I noticed this many times in all of my games. I am beginning to build the settler, and I wanted hills to work, but why does a cattle with three apples, give the same amount of hammers as a 2 hammer hill?

I think the lesson from your screen shots are:
  • Unemployed Citizens are just 1 hammer. That was the choice where you went from 11 to 12 turns for the settler.
  • You missed testing the Wheat and Deer tiles. Each has 3 food + 1 hammer, so both are better than cow or hill you are focused on trying to pick between!
 
uh I think you have the collective rule or something from liberty? otherwise I don't really understand how you get 10 hammers

like beetle said, unemployed citizens give 1 hammer. but i'm pretty sure they still eat up your food. the excess food that you have while training settlers is converted to hammers following a weird rule, but it's usually not worth it compared to putting citizens on hills

i don't think tile locking is overrated, especially in the early game. the governor doesn't know how to get absolute max production when building settlers even if you set to production focus. the total amount of hammers you get from the tile locking trick is not a lot, maybe 100 hammers over the entire game.
 
...the total amount of hammers you get from the tile locking trick is not a lot, maybe 100 hammers over the entire game.

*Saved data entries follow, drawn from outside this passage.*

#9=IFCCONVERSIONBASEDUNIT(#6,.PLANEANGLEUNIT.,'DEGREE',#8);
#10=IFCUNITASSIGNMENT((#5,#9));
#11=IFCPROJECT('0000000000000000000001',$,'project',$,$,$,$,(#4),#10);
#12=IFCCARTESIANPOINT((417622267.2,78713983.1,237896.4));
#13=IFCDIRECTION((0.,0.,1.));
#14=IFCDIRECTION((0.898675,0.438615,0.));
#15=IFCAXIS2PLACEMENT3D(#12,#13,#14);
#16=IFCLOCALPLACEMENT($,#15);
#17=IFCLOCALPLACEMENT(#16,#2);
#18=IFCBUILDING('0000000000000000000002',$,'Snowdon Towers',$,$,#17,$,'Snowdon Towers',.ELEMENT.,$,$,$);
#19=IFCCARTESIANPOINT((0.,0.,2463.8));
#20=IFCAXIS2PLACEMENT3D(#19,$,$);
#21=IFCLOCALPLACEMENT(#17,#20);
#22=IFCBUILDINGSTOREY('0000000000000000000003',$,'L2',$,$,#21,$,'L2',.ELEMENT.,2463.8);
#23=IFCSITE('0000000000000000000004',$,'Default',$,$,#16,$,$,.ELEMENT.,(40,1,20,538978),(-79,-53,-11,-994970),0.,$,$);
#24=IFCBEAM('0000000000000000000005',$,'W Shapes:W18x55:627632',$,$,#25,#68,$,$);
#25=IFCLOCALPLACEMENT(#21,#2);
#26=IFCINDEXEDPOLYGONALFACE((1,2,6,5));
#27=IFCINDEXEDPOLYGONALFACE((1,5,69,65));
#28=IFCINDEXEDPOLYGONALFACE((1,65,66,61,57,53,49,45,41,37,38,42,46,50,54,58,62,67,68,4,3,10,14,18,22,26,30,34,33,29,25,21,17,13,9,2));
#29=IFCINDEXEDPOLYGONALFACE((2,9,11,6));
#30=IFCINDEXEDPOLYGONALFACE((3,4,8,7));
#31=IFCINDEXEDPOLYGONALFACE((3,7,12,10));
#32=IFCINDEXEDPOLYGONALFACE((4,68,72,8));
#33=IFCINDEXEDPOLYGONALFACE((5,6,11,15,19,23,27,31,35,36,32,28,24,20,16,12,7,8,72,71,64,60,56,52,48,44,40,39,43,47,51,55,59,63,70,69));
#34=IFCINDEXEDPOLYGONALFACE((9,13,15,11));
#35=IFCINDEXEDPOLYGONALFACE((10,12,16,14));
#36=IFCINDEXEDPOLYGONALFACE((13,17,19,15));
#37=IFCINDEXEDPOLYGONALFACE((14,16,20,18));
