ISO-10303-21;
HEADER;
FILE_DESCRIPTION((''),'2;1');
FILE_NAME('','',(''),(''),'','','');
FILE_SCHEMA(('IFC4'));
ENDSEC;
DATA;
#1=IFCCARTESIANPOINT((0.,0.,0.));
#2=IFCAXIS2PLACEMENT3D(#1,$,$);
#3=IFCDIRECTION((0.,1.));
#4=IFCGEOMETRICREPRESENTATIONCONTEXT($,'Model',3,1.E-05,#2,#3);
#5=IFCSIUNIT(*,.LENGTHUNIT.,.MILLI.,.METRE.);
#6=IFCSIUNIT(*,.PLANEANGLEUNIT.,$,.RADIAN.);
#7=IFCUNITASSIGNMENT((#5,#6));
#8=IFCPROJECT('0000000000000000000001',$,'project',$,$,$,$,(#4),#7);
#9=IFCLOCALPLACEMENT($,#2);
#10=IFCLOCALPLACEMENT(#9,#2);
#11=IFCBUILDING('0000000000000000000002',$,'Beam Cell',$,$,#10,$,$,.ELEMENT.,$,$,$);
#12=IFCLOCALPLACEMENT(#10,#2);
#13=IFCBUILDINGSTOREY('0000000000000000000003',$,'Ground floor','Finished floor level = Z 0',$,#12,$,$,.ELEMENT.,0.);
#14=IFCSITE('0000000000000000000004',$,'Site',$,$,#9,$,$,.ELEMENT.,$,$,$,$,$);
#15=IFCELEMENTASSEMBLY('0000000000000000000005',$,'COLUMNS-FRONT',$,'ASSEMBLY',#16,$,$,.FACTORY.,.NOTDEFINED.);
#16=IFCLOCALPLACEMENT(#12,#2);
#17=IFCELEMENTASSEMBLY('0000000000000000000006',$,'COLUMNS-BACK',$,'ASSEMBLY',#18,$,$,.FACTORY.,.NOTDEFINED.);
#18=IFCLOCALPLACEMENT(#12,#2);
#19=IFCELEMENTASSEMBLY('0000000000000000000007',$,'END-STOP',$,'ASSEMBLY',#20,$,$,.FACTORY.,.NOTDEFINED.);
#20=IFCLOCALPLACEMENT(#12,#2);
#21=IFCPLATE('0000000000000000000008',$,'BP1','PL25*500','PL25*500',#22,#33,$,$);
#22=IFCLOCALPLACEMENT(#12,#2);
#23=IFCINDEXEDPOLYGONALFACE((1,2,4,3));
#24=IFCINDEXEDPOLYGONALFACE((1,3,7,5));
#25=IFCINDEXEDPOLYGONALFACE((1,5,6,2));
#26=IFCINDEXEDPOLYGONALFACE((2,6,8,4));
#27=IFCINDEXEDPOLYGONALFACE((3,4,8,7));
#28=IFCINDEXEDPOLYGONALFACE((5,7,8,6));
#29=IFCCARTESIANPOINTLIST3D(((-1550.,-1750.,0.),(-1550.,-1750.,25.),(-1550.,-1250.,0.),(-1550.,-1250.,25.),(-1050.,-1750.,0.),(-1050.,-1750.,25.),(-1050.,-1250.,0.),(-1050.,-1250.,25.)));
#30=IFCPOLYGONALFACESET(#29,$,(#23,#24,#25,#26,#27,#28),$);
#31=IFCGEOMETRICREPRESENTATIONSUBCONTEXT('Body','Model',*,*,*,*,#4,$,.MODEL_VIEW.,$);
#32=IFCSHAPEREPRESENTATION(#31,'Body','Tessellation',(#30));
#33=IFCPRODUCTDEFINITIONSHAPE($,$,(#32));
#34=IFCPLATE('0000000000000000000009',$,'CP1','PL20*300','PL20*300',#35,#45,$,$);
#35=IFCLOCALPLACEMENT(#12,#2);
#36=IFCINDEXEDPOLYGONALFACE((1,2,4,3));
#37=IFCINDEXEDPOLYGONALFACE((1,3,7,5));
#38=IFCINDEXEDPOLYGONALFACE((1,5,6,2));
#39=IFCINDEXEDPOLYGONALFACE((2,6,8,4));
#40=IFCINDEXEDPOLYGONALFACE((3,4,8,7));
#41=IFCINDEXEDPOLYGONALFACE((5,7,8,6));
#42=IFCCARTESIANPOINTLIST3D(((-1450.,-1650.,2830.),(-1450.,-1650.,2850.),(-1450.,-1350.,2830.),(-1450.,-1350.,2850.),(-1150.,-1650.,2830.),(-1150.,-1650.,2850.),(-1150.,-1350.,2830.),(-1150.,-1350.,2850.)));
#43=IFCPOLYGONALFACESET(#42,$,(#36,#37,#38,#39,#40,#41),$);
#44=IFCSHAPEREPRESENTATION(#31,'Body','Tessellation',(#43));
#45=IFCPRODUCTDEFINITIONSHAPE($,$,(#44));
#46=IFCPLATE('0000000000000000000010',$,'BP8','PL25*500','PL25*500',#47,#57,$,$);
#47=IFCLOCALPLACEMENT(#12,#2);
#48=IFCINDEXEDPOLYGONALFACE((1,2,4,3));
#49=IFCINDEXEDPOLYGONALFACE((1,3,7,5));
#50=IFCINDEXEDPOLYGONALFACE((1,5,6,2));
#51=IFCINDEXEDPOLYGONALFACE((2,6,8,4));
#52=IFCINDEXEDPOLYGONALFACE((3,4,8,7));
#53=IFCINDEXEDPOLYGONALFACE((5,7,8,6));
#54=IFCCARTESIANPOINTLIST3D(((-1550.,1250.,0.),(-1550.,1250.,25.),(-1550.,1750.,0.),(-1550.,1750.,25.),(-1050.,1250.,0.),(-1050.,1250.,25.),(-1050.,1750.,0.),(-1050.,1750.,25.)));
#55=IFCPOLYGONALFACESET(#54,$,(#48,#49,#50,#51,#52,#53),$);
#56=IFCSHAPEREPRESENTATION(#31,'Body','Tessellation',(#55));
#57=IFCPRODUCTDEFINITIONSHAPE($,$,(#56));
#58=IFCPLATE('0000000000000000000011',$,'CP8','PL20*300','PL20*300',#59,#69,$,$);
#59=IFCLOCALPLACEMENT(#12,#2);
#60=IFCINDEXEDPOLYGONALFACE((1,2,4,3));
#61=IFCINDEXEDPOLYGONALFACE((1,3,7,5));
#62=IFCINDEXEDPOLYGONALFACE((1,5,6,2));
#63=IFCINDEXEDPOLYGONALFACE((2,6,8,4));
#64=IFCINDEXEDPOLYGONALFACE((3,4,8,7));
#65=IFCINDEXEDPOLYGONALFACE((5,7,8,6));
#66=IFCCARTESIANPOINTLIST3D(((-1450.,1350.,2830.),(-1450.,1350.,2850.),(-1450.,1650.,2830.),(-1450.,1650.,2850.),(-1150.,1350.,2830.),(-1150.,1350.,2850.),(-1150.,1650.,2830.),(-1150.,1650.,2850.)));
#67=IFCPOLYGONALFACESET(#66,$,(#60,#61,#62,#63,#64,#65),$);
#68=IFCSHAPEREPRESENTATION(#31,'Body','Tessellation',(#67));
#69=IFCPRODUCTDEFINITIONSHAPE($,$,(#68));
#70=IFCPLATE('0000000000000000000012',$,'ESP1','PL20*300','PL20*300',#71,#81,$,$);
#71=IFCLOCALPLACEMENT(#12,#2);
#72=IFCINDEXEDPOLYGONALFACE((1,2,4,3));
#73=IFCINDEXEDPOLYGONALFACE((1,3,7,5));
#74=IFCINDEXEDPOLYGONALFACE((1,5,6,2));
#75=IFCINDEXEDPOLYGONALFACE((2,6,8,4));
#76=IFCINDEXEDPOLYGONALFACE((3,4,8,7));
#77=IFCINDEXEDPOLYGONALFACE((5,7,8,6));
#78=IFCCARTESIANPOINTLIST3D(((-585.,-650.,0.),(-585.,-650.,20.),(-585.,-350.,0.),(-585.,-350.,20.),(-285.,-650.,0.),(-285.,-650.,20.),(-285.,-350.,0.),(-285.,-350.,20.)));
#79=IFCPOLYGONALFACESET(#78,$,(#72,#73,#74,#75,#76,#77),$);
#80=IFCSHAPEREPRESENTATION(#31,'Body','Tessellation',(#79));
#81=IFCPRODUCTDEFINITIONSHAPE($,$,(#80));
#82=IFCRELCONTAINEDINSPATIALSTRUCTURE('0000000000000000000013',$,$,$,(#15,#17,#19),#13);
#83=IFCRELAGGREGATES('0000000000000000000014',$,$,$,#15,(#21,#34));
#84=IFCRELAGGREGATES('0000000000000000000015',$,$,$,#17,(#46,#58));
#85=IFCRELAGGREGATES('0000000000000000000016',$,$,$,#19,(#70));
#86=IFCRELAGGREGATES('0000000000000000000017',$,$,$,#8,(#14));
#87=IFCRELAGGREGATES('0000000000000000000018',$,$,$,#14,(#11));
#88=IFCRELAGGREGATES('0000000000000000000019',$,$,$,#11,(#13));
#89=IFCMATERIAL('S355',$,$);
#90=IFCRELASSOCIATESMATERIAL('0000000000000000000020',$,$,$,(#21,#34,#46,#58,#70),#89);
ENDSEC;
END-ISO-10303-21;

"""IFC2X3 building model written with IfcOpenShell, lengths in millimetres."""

from ifc_helpers import new_model, si_unit, direction, frame, origin, origin_2d, place, context, subcontext, project, spatial, rectangle, extrude, material, element, aggregate, save


model = new_model("IFC2X3")

# Units and contexts
model_context = context("Model", 3, precision=1e-05, world=origin(), true_north=direction((0.0, 1.0)))
body_context = subcontext(model_context, "Body", "Model", "MODEL_VIEW")
ifc_project = project(units=[si_unit("LENGTHUNIT", "METRE", prefix="MILLI"), si_unit("PLANEANGLEUNIT", "RADIAN")], contexts=[model_context])

# Site, building, storey
site_placement = place(None, origin())
site = spatial("IfcSite", under=ifc_project, at=site_placement, Name="Site", CompositionType="ELEMENT")
building_placement = place(site_placement, origin())
building = spatial("IfcBuilding", under=site, at=building_placement, Name="Beam Cell", CompositionType="ELEMENT")
storey_placement = place(building_placement, origin())
storey = spatial("IfcBuildingStorey", under=building, at=storey_placement, Name="Ground floor", Description="Finished floor level = Z 0", CompositionType="ELEMENT", Elevation=0.0)

# Element assemblies
assembly_1_placement = place(storey_placement, origin())
assembly_1 = element("IfcElementAssembly", 1, at=assembly_1_placement, inside=storey, Name="COLUMNS-FRONT", ObjectType="ASSEMBLY", AssemblyPlace="FACTORY", PredefinedType="NOTDEFINED")
ifc_material = material(Name="S355")
assembly_2_placement = place(storey_placement, origin())
assembly_2 = element("IfcElementAssembly", 2, at=assembly_2_placement, inside=storey, Name="COLUMNS-BACK", ObjectType="ASSEMBLY", AssemblyPlace="FACTORY", PredefinedType="NOTDEFINED")

# Element assembly
assembly_3_placement = place(storey_placement, origin())
assembly_3 = element("IfcElementAssembly", 3, at=assembly_3_placement, inside=storey, Name="END-STOP", ObjectType="ASSEMBLY", AssemblyPlace="FACTORY", PredefinedType="NOTDEFINED")

# Plates
plate_1_placement = place(storey_placement, frame((-1300.0, -1500.0, 0.0), z_axis=(0.0, 0.0, 1.0), x_axis=(1.0, 0.0, 0.0)))
plate_1 = element("IfcPlate", 4, at=plate_1_placement, material=ifc_material, Name="BP1", Description="PL25*500", ObjectType="PL25*500", context=body_context, shape_type="SweptSolid", body=[
    extrude(rectangle(XDim=500.0, YDim=500.0, at=origin_2d()), origin(), (0.0, 0.0, 1.0), 25.0),
])
plate_2_placement = place(storey_placement, frame((-1300.0, -1500.0, 2830.0), z_axis=(0.0, 0.0, 1.0), x_axis=(1.0, 0.0, 0.0)))
plate_2 = element("IfcPlate", 5, at=plate_2_placement, material=ifc_material, Name="CP1", Description="PL20*300", ObjectType="PL20*300", context=body_context, shape_type="SweptSolid", body=[
    extrude(rectangle(XDim=300.0, YDim=300.0, at=origin_2d()), origin(), (0.0, 0.0, 1.0), 20.0),
])
aggregate(assembly_1, [plate_1, plate_2])
plate_3_placement = place(storey_placement, frame((-1300.0, 1500.0, 0.0), z_axis=(0.0, 0.0, 1.0), x_axis=(1.0, 0.0, 0.0)))
plate_3 = element("IfcPlate", 6, at=plate_3_placement, material=ifc_material, Name="BP8", Description="PL25*500", ObjectType="PL25*500", context=body_context, shape_type="SweptSolid", body=[
    extrude(rectangle(XDim=500.0, YDim=500.0, at=origin_2d()), origin(), (0.0, 0.0, 1.0), 25.0),
])
plate_4_placement = place(storey_placement, frame((-1300.0, 1500.0, 2830.0), z_axis=(0.0, 0.0, 1.0), x_axis=(1.0, 0.0, 0.0)))
plate_4 = element("IfcPlate", 7, at=plate_4_placement, material=ifc_material, Name="CP8", Description="PL20*300", ObjectType="PL20*300", context=body_context, shape_type="SweptSolid", body=[
    extrude(rectangle(XDim=300.0, YDim=300.0, at=origin_2d()), origin(), (0.0, 0.0, 1.0), 20.0),
])
aggregate(assembly_2, [plate_3, plate_4])
plate_5_placement = place(storey_placement, frame((-435.0, -500.0, 0.0), z_axis=(0.0, 0.0, 1.0), x_axis=(1.0, 0.0, 0.0)))
plate_5 = element("IfcPlate", 8, at=plate_5_placement, material=ifc_material, Name="ESP1", Description="PL20*300", ObjectType="PL20*300", context=body_context, shape_type="SweptSolid", body=[
    extrude(rectangle(XDim=300.0, YDim=300.0, at=origin_2d()), origin(), (0.0, 0.0, 1.0), 20.0),
])
aggregate(assembly_3, [plate_5])

save(model, "model.ifc")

That sounds about right to me, so about a quarter to a third of hammer per turn, assuming finish times between 300 and 400 turns. With great players finishing < 250 turns, micro becomes more valuable (while also being part of how they got turn times down). I assume that once you make it habit, you can run through all your cities in 15seconds. But as one is learning, it is probably closer to a minute every time a city grows -- so a couple hours all told to your game play -- for a 100 hammers over the entire game. You don&#8217;t think that is fair to characterize as a poor use of time and effort?

On the other hand, some people enjoy that level of micro management, and it is part of what make the game fun and interesting.

I should look closer when building settlers though. That is just a few times per game.